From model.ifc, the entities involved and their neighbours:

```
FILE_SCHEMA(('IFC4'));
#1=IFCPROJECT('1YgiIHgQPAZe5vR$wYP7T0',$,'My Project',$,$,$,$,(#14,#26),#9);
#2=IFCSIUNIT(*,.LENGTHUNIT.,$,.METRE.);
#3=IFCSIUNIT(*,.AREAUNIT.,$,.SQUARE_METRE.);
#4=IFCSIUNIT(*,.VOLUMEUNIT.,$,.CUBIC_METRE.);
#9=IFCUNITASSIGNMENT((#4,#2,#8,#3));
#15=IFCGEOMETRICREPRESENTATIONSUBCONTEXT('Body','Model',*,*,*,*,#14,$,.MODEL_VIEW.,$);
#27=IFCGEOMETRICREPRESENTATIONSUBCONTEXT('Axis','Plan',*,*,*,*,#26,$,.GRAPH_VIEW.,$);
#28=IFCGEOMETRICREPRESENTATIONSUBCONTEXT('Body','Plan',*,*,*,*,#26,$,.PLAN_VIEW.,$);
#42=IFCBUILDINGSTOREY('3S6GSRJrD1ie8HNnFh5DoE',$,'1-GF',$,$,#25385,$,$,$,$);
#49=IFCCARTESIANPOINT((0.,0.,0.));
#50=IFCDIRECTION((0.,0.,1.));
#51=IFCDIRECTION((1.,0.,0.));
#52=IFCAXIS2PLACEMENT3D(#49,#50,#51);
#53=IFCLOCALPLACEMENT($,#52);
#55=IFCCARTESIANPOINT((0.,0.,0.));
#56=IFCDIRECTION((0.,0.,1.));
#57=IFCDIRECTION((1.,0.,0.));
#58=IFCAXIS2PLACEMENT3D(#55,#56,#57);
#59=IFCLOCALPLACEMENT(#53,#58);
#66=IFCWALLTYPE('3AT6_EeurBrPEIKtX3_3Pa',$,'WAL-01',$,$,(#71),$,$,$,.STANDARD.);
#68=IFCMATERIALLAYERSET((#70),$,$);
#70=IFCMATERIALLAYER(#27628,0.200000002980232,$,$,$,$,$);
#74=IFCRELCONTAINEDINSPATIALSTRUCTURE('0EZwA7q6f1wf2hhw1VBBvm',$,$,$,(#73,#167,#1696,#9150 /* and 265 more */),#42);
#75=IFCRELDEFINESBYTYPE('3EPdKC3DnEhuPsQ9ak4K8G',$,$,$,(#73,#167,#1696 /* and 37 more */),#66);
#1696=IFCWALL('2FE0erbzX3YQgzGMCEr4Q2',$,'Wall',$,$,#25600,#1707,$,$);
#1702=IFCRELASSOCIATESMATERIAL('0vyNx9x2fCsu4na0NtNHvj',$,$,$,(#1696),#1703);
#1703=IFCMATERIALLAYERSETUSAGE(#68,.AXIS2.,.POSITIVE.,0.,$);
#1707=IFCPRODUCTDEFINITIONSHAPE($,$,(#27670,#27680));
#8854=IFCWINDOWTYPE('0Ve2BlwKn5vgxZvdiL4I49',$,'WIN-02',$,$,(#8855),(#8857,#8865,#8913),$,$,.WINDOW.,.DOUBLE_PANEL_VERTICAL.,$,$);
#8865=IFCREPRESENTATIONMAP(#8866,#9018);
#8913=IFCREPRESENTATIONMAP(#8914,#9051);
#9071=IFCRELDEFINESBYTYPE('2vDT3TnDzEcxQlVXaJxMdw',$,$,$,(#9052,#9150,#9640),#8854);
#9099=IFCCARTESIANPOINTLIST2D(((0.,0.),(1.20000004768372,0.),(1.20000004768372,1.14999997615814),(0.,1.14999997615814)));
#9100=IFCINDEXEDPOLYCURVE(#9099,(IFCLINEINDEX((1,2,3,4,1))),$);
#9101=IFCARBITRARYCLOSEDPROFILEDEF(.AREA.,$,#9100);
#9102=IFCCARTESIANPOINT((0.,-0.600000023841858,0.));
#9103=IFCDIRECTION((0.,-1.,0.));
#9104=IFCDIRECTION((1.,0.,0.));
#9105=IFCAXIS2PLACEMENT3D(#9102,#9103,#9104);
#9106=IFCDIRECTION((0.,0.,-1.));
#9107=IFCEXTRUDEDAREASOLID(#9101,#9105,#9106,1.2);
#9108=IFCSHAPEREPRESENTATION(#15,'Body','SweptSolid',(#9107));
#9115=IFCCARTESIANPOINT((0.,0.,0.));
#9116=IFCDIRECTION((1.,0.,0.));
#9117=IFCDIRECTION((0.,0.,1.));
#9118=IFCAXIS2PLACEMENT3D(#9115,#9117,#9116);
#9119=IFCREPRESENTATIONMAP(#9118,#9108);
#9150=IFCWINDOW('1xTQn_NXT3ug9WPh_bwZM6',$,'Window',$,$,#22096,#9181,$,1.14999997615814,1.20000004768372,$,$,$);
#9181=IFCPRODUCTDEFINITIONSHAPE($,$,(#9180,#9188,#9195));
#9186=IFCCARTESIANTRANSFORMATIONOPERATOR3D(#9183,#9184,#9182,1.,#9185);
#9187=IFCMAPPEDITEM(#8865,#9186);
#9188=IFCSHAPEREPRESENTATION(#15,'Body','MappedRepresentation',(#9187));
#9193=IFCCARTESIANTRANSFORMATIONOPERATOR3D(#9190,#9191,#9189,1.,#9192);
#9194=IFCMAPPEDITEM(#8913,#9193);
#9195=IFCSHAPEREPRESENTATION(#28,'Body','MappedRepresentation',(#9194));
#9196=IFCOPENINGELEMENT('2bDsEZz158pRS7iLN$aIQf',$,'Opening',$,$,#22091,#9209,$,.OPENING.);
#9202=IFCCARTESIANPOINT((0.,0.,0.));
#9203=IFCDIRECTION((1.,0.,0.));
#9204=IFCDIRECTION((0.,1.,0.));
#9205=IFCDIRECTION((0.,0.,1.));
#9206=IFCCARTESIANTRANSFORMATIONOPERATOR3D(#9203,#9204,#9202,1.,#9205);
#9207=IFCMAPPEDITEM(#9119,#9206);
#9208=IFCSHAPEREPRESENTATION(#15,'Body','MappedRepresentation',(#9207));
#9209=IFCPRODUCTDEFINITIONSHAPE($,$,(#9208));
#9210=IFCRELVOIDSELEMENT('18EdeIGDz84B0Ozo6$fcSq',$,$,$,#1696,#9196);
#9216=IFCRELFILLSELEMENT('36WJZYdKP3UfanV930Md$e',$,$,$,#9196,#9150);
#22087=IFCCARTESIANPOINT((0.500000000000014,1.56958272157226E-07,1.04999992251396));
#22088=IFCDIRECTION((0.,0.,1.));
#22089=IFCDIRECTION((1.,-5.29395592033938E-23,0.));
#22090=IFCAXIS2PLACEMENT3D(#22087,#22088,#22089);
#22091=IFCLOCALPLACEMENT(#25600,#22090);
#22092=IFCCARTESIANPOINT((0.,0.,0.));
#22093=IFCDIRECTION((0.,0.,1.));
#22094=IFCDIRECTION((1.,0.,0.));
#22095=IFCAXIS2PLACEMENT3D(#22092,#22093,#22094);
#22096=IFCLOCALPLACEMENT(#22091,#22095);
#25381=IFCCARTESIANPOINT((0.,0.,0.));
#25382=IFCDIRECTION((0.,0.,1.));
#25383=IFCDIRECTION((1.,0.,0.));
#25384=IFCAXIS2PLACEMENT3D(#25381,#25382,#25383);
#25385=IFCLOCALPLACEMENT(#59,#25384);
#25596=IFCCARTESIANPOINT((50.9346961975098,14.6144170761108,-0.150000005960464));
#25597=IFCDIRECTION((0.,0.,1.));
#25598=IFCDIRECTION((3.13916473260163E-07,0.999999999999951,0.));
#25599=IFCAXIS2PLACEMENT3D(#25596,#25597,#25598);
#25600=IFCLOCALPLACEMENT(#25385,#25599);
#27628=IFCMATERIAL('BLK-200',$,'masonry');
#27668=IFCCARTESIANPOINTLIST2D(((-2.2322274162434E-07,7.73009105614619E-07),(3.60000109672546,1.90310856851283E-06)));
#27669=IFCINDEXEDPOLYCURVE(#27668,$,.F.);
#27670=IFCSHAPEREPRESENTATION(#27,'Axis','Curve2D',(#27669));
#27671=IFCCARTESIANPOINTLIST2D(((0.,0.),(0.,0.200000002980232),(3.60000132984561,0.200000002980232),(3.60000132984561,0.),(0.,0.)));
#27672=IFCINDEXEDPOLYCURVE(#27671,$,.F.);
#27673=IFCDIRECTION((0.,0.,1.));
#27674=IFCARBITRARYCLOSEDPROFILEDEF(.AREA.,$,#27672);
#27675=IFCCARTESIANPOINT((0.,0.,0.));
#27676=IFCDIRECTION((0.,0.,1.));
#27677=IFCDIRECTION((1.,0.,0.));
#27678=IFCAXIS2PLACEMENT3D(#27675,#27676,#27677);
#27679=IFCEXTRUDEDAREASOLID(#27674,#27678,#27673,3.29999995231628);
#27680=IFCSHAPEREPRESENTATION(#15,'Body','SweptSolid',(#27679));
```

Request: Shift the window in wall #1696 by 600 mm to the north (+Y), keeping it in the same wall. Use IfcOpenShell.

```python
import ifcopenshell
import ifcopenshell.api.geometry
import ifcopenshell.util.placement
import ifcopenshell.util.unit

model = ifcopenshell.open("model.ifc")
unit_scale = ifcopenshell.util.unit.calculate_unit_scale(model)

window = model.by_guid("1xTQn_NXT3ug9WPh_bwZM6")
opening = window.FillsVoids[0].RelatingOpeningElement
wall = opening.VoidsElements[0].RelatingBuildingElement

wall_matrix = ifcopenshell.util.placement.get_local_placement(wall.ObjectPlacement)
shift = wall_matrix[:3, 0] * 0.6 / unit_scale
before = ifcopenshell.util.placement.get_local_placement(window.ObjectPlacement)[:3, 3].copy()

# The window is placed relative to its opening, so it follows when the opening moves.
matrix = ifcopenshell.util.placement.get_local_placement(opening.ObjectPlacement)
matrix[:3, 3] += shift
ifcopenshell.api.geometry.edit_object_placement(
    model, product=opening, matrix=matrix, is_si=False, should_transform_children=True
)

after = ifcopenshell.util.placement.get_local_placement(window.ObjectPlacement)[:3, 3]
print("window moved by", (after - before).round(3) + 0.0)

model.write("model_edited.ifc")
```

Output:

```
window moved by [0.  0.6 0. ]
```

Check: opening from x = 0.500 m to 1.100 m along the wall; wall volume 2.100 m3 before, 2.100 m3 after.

____________

ASSIGNMENT:
Wherever a line in the data above contains the word "more", copy that line.

WRITTEN RESPONSE:
#74=IFCRELCONTAINEDINSPATIALSTRUCTURE('0EZwA7q6f1wf2hhw1VBBvm',$,$,$,(#73,#167,#1696,#9150 /* and 265 more */),#42);
#75=IFCRELDEFINESBYTYPE('3EPdKC3DnEhuPsQ9ak4K8G',$,$,$,(#73,#167,#1696 /* and 37 more */),#66);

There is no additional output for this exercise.